# Need help understanding this problem

1. Jan 28, 2005

### dlee48

Let A be the set of real numbers x such that 0<x<=1. For every x element of A, let E sub x be the set of real numbers y such that 0<y<x. Then

for x in A the intersection of all Esubx is empty.

I do not understand that the intersection is empty. I see that my index set is infinite and that as x approaches zero the magnitude of the sets Esubx become infinitely small so that the intersection is not abtainable but does that mean it is non-exisitant?

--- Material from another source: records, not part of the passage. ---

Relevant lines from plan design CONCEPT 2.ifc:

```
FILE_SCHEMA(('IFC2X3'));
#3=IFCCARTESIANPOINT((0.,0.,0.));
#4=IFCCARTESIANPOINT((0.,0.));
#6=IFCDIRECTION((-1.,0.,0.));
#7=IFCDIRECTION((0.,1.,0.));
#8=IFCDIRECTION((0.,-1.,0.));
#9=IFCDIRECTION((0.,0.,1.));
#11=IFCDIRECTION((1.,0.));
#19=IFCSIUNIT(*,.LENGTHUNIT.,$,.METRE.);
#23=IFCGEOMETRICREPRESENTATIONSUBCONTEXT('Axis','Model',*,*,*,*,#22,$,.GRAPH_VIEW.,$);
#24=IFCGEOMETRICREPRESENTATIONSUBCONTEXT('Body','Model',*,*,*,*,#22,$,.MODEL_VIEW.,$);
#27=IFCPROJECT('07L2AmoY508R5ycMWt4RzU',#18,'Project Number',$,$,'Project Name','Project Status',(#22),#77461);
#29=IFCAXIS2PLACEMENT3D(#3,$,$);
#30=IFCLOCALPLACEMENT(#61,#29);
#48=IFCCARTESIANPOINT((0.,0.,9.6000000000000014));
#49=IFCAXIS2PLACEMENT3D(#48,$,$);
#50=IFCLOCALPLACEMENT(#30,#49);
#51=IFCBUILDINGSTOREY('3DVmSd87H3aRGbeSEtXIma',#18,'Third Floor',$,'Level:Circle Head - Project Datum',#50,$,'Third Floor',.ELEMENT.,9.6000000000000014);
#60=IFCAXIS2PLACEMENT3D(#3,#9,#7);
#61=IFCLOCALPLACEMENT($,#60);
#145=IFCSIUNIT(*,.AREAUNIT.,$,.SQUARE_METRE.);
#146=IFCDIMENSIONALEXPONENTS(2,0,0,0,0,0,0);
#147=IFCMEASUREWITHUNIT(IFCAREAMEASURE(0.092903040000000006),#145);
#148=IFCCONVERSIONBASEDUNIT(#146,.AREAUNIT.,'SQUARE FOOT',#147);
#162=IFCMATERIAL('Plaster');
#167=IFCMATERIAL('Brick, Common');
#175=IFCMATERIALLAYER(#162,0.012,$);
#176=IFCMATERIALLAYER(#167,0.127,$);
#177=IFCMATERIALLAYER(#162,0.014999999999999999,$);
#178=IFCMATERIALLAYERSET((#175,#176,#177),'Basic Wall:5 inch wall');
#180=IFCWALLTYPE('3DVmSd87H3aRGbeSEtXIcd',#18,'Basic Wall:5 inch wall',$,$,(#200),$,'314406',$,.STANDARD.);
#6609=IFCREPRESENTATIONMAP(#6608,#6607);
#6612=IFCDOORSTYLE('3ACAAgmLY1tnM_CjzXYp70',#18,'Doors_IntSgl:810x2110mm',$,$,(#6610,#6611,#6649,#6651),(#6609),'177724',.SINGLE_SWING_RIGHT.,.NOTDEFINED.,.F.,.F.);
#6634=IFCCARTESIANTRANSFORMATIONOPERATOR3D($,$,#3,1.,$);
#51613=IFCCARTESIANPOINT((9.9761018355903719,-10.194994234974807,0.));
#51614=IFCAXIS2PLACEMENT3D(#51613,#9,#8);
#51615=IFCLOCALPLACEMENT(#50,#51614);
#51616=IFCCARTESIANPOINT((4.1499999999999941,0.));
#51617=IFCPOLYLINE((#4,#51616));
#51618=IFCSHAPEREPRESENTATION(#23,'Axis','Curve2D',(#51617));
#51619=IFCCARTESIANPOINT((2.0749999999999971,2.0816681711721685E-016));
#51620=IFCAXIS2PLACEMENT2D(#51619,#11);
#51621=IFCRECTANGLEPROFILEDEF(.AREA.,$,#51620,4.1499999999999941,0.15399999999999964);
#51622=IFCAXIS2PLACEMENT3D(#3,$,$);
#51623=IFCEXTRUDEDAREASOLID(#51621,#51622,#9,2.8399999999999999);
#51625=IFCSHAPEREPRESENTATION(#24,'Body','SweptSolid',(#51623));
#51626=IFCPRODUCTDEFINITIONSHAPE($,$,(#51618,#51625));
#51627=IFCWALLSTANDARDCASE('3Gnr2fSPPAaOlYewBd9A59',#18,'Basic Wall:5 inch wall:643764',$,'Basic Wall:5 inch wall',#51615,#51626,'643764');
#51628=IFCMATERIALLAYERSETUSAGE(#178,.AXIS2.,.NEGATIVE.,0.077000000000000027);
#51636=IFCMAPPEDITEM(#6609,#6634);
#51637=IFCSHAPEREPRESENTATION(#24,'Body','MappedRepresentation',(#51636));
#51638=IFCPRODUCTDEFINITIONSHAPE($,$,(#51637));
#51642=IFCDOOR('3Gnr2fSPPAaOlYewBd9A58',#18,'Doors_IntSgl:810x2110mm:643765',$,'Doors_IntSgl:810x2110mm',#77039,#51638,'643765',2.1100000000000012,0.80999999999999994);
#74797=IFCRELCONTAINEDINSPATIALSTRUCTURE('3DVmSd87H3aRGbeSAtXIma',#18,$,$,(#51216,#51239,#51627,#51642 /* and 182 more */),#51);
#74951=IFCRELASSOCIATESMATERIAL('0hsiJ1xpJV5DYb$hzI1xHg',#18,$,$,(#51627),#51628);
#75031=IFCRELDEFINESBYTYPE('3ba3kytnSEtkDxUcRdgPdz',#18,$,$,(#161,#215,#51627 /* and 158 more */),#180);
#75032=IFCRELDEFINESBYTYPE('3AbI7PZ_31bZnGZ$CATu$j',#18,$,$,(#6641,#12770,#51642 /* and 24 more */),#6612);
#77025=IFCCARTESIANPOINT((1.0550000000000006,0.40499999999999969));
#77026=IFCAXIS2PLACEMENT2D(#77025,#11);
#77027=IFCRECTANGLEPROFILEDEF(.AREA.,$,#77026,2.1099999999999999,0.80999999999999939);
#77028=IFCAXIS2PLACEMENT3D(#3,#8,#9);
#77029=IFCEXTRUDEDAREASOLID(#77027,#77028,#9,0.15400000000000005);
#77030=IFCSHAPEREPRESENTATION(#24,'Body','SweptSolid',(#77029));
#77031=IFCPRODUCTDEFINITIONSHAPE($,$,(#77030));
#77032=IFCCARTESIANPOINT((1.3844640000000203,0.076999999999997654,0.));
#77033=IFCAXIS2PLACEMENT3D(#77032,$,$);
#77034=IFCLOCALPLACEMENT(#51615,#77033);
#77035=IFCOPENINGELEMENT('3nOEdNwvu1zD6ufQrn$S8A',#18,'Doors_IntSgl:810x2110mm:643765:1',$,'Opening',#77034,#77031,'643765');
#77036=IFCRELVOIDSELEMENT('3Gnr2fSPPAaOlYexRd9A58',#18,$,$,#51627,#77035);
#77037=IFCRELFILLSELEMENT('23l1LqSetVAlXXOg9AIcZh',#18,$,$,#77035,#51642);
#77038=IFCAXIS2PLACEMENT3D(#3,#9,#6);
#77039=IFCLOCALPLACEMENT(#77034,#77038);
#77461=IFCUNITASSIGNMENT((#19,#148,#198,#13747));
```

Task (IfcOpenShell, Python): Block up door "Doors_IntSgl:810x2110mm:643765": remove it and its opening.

```python
import ifcopenshell
import ifcopenshell.api.feature
import ifcopenshell.api.root
import ifcopenshell.geom
import ifcopenshell.util.shape

model = ifcopenshell.open("plan design CONCEPT 2.ifc")
settings = ifcopenshell.geom.settings()


def volume(element):
    """Net volume in cubic metres, openings subtracted."""
    shape = ifcopenshell.geom.create_shape(settings, element)
    return ifcopenshell.util.shape.get_volume(shape.geometry)


door = model.by_guid("3Gnr2fSPPAaOlYewBd9A58")
opening = door.FillsVoids[0].RelatingOpeningElement
wall = opening.VoidsElements[0].RelatingBuildingElement
before = volume(wall)

ifcopenshell.api.root.remove_product(model, product=door)
ifcopenshell.api.feature.remove_feature(model, feature=opening)

after = volume(wall)

print(f"wall volume {before:.3f} -> {after:.3f} m3")

model.write("plan design CONCEPT 2_updated.ifc")
```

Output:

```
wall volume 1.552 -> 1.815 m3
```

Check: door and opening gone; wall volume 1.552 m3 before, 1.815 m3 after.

Rudin suggests I note that for every y>0, y not in Esubx if x<y. Hence y not in the insection of all Esubx. I have a problem understanding this suggestion. My index set is bounded above and and not bounded below. It seems to me that y could be greater than or equal to x but not just greater than x. Vastly confused?!??!

2. Jan 28, 2005

### mathman

This might help. If x<=0 or x>1, x cannot be in the set in question, since it is not in the starter set. Consider any number u in the interval remaining, 0<u<=1. Let x=u/2, then u is not in Ex. Moreover Ex is one of the sets in the intersection, since x>0. Therefore u is not in the intersection. Since this is true for every u in the interval, there are no real numbers in the intersection set.

3. Jan 28, 2005

### dlee48

Well, it seems to that my index set A consists of real numbers (0,1]. How can we consider numbers outside of that interval. To me Esubx is (0,x], x<=1. It looks to me to be a magnatude. I can't keep from visualizing the Esubxs as magnatudes, as if you took all the bars in a bar chart and super imposed them all onto one bar and the littlest one would be the intersection of all of them. But of cousre, the littlest one is to little to find.

4. Jan 28, 2005

### hypermorphism

Your visualization is a countable infinity (each discrete bar can be given a natural index). Although your sets have been indexed, they have not been indexed discretely (they have been indexed with real numbers) so that you can group them as you believe above. When it comes to uncountable infinities, visualization sometimes yields nothing coherent at all (Ie., see Cantor's ternary set).
Instead, use what you know to be concrete properties of the real number system. If y, a real number, is in every Ex, then y < x for all x in the interval (0, 1]. Since y is also in the interval of question, y is the greatest lower bound of the interval. But the GLB of the interval is 0, and the GLB of a real set is unique. Thus y must be 0. But 0 is not an element of any Ex, thus y cannot be in the intersection of said sets. But y was an arbitrary element of the intersection, thus the instersection is the null set.

5. Jan 28, 2005

### dlee48

Yes, like I said the littlest one is to little to find so the magic is that y can't be in (0,1] hence the intersection is empty. Still a little confused about RUdin comment . Thanks.

6. Jan 28, 2005

### hypermorphism

Rudin went with a complementary approach to mine. He notes that since you can always find an x strictly less than every y in that interval, you could not choose a y in the interval that was less than every x in the interval.

7. Jan 28, 2005

### dlee48

Thanks again!

8. Jan 28, 2005

### dlee48

By the way, do you know how people are able to get all the math symbols into thier submission so they can use the symbol for intersection instead of the word.

9. Jan 29, 2005

### matt grime

Use latex, There is a explanation in physics.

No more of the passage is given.